在攀比和竞赛中的春节
离春节还有十多天时,村里最穷的一个农户再传噩耗,男主人因病去世;大约两三年前,他的小儿子也因病过世了。
男主人去世的几天前,他的大儿子在一群农民的陪同下,乘着当天的早班车去了乡镇上。当天上午,这个低保家庭一次性取出了全年3000多元钱的低保费。这群人刚出政府大门,就转身走进了乡镇上最好的一家饭店,点上最贵的酒水和饭菜,将全年的低保费花费的所剩无几。
这户村民很穷,也始终被村人视作“傻子”对待。大儿子知道,即便是只有一天可以行乐痛快,撑足了面子,哪怕剩余的364天都在听天由命地喝着西北风,也很值得。
“面子”是村里最为讲究的声誉,攀比是村人生活中的必需品。杀年猪在攀比,如果谁家的年猪杀的最早、体重最大,家人走路也跟着趾高气昂;而谁家的年猪很小,在村民的打探中连走路都不肯抬头。
按东北规矩,每年刚过元旦,村人陆续杀年猪,族人和邻居会前来帮忙,然后在土炕上堆满菜盆,摆上几桌。村人之间在比拼着,谁家的年猪膘肥体壮,谁家的待客方式比较周到,谁家因为吝啬而在菜盘光了之后不再添菜。可能刚从你家放下碗筷,很快,你家待客的不热情和吝啬便会不胫而走,传遍了整个堡子。
可是,在我听到的众多故事中,没有哪一家村民是真正大方的。即便童年记忆中比较忠厚老实的人,如今也被认为是不喜欢添菜、故意将肉做不熟的“滑头”了。
放鞭炮也在攀比。在农村,每年春节都要燃放爆竹,以前放鞭炮,近些年来流行城市中常见的烟花。在我的童年记忆中,春节期间不时会有火灾发生。在东北的森林山区,一年四季要靠烧土炕取暖和做饭,燃料就是漫山遍野的枯枝败叶,每家农户都在院内外堆起来足够燃烧一年的巨大柴火垛。
以往的年俗中,谁家的柴火垛堆得高,摆放整齐,被认为是“过日子的一把好手”,这也是农村年轻男女相亲必看的一个物件。
但春节期间,总会有一些不受控制、火花四射的烟花爆竹,钻进柴火垛中,从一个微弱的小火苗燃烧成一团扑不灭的火球。当然,村里也有一些火灾是人为纵火导致的,如果邻里闹了矛盾,彼此最常见的报复手段便是趁着月黑风高,把一根点燃的火柴丢进柴火垛中,并快速地隐匿跑开。
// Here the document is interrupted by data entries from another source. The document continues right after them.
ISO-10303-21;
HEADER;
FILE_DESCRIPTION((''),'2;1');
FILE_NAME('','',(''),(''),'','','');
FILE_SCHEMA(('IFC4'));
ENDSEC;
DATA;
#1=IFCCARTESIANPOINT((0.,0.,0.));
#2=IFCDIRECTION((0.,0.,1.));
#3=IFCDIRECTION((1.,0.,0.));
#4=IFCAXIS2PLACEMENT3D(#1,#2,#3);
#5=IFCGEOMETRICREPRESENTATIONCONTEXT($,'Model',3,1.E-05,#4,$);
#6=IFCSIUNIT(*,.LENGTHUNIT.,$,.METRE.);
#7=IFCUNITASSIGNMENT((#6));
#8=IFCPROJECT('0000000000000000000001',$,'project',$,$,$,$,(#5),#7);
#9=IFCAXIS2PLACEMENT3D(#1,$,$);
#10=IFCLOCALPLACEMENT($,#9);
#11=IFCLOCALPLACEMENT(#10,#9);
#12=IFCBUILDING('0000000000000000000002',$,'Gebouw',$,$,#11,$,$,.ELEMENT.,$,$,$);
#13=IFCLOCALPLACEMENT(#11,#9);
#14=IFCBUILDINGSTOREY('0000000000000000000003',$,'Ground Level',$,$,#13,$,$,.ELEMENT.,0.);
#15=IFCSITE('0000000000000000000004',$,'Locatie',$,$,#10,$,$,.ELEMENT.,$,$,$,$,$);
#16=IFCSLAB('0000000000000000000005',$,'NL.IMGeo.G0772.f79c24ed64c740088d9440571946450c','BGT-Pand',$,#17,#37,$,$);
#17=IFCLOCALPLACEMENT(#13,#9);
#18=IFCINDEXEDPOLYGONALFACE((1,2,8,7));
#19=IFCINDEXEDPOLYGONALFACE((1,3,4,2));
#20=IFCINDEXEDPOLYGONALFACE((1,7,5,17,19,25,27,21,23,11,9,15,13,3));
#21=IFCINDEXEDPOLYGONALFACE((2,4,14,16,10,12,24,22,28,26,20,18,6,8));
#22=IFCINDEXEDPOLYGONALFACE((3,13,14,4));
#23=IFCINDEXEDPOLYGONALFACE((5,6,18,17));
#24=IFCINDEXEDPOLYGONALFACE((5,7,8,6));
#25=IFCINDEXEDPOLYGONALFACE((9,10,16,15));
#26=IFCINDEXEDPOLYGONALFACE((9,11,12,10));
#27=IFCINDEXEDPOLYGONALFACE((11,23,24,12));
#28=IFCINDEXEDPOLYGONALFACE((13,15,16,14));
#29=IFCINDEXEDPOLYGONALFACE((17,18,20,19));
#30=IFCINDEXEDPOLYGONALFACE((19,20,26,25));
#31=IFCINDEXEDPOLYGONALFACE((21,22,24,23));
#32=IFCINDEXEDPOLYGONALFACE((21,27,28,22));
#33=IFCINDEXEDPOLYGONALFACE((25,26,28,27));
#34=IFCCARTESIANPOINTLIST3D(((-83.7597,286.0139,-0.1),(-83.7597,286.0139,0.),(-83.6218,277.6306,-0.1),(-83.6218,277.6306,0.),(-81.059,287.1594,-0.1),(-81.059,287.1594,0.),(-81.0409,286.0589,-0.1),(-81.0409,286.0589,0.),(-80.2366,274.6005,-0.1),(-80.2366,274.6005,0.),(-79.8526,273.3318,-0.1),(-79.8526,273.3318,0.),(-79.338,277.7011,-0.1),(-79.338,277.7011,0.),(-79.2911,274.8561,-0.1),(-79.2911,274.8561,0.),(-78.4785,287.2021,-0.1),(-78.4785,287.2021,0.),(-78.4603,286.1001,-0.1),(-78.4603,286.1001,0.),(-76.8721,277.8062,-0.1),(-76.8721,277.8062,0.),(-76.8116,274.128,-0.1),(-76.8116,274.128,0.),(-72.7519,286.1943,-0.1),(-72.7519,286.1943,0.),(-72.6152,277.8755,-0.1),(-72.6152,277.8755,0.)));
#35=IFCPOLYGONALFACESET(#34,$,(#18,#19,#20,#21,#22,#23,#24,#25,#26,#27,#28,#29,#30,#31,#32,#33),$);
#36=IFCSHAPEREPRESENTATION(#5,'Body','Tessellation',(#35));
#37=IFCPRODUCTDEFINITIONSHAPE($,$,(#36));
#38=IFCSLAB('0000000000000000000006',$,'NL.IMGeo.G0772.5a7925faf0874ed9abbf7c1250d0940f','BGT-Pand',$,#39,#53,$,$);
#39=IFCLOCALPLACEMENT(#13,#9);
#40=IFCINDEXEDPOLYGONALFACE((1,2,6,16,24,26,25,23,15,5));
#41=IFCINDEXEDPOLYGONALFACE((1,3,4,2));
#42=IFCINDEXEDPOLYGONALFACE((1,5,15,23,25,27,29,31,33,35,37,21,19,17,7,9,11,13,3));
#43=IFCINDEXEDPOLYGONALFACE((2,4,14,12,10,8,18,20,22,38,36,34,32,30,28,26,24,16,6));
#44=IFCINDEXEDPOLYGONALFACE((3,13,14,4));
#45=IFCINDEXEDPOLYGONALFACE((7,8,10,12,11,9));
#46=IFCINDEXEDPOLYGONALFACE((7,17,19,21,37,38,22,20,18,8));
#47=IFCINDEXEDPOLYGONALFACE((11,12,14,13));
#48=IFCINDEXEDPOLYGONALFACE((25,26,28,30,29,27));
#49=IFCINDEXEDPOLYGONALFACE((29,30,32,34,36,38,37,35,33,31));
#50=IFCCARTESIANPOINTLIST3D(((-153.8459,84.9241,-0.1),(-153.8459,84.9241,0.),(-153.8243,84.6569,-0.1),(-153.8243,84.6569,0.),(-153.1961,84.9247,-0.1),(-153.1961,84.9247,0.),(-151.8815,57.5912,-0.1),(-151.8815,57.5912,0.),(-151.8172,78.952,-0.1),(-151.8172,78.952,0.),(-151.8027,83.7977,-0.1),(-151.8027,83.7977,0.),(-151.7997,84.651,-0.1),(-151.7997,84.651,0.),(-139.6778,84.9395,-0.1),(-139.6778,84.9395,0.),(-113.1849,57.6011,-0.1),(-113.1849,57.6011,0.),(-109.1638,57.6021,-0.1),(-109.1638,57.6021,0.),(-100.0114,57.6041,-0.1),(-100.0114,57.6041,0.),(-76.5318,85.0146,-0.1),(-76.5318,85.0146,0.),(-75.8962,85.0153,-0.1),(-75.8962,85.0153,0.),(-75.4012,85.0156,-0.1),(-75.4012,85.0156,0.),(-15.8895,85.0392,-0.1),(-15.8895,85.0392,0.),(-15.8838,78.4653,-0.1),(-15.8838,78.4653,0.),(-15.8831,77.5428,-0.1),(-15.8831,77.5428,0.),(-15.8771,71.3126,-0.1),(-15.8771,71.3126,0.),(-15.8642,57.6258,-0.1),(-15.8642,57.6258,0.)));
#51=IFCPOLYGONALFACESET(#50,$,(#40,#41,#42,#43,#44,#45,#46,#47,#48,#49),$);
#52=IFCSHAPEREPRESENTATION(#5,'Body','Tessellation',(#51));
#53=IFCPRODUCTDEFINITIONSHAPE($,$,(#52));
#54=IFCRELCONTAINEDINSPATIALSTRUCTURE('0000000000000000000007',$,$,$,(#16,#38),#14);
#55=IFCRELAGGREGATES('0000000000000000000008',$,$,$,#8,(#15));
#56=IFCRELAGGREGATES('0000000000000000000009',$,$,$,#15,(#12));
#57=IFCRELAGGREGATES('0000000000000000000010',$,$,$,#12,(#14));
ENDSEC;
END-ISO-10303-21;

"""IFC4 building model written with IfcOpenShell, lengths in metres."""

from ifc_helpers import new_model, si_unit, frame, origin, origin_with_axes, place, context, project, spatial, polyline, outline, extrude, element, save


model = new_model("IFC4")

# Units and contexts
model_context = context("Model", 3, precision=1e-05, world=origin_with_axes())
ifc_project = project(units=[si_unit("LENGTHUNIT", "METRE")], contexts=[model_context])

# Site, building, storey
site_placement = place(None, origin())
site = spatial("IfcSite", under=ifc_project, at=site_placement, Name="Locatie", CompositionType="ELEMENT")
building_placement = place(site_placement, origin())
building = spatial("IfcBuilding", under=site, at=building_placement, Name="Gebouw", CompositionType="ELEMENT")
storey_placement = place(building_placement, origin())
storey = spatial("IfcBuildingStorey", under=building, at=storey_placement, Name="Ground Level", CompositionType="ELEMENT", Elevation=0.0)

# Slabs
slab_1_placement = place(storey_placement, origin())
element("IfcSlab", 1, at=slab_1_placement, inside=storey, Name="NL.IMGeo.G0772.f79c24ed64c740088d9440571946450c", Description="BGT-Pand", context=model_context, shape_type="SweptSolid", body=[
    extrude(outline(polyline([(-72.6152, 277.8755), (-76.8721, 277.8062), (-76.8116, 274.128), (-79.8526, 273.3318), (-80.2366, 274.6005), (-79.2911, 274.8561), (-79.338, 277.7011), (-83.6218, 277.6306), (-83.7597, 286.0139), (-81.0409, 286.0589), (-81.059, 287.1594), (-78.4785, 287.2021), (-78.4603, 286.1001), (-72.7519, 286.1943), (-72.6152, 277.8755)])), frame((0.0, 0.0, -0.1), z_axis=(0.0, 0.0, 1.0), x_axis=(1.0, 0.0, 0.0)), (0.0, 0.0, 1.0), 0.1),
])
slab_2_placement = place(storey_placement, origin())
element("IfcSlab", 2, at=slab_2_placement, inside=storey, Name="NL.IMGeo.G0772.5a7925faf0874ed9abbf7c1250d0940f", Description="BGT-Pand", context=model_context, shape_type="SweptSolid", body=[
    extrude(outline(polyline([(-76.5318, 85.0146), (-75.8962, 85.0153), (-75.4012, 85.0156), (-15.8895, 85.0392), (-15.8838, 78.4653), (-15.8831, 77.5428), (-15.8771, 71.3126), (-15.8642, 57.6258), (-100.0114, 57.6041), (-109.1638, 57.6021), (-113.1849, 57.6011), (-151.8815, 57.5912), (-151.8172, 78.952), (-151.8027, 83.7977), (-151.7997, 84.651), (-153.8243, 84.6569), (-153.8459, 84.9241), (-153.1961, 84.9247), (-139.6778, 84.9395), (-76.5318, 85.0146)])), frame((0.0, 0.0, -0.1), z_axis=(0.0, 0.0, 1.0), x_axis=(1.0, 0.0, 0.0)), (0.0, 0.0, 1.0), 0.1),
])

save(model, "model.ifc")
临近春节,每户农民无论穷富,都要购买烟花,每户花销少则三五百元,多则超过千元。这笔开支相当于户均年收入的1/10。
村里罕有外出打工者,即便打工的,也都是男人离家,留下妻子照顾老人和孩子。因为进城能做的活计不多,而且常年讨要不到工钱,是否外出打工也让不少村人在2016年的春节犹豫不决。
春节前夕,村里有年轻人在工地上索要工钱没能返乡。当天,他的家里杀年猪,村人为此摆宴庆祝,酒桌上没人关心这个年轻人最后是否讨到了工钱。
通常,选择进城打工的家庭年收入在3万元左右,而更多的人留在村里,进行了两极分化:一部分人,需要赔笑送礼,给在村里滥砍盗伐的老板们做工,砍伐森林按日计价,如果每家有两个劳动力,年收入约2万元;另一部分人只能把浑身憨力用在几亩农田上,年收入只有几千元。
但无论收入高低,春节燃放烟花是必须完成的一项使命。按传统,爆竹声中辞旧岁,这不仅是新春吉利的表征,更关乎着未来一年的财运时运。于是,村民们也攀比着:谁家燃放的烟花多、买的烟花贵,这是可供炫耀的谈资,胜者脸面有光,意指全村一年的好运都聚集在他一家。
除夕夜里23时,是各户烟花整齐绽放之时。这时的竞赛,变成了谁家的烟花漂亮,喷射的高,绽放的美丽。全家人一边院内欣赏,一边与别人家墙内外绽放的烟花进行比较。落败者,会心有不爽地暗下发狠,明年我一定在烟花上超过你——只有这样,我的日子才会超过你。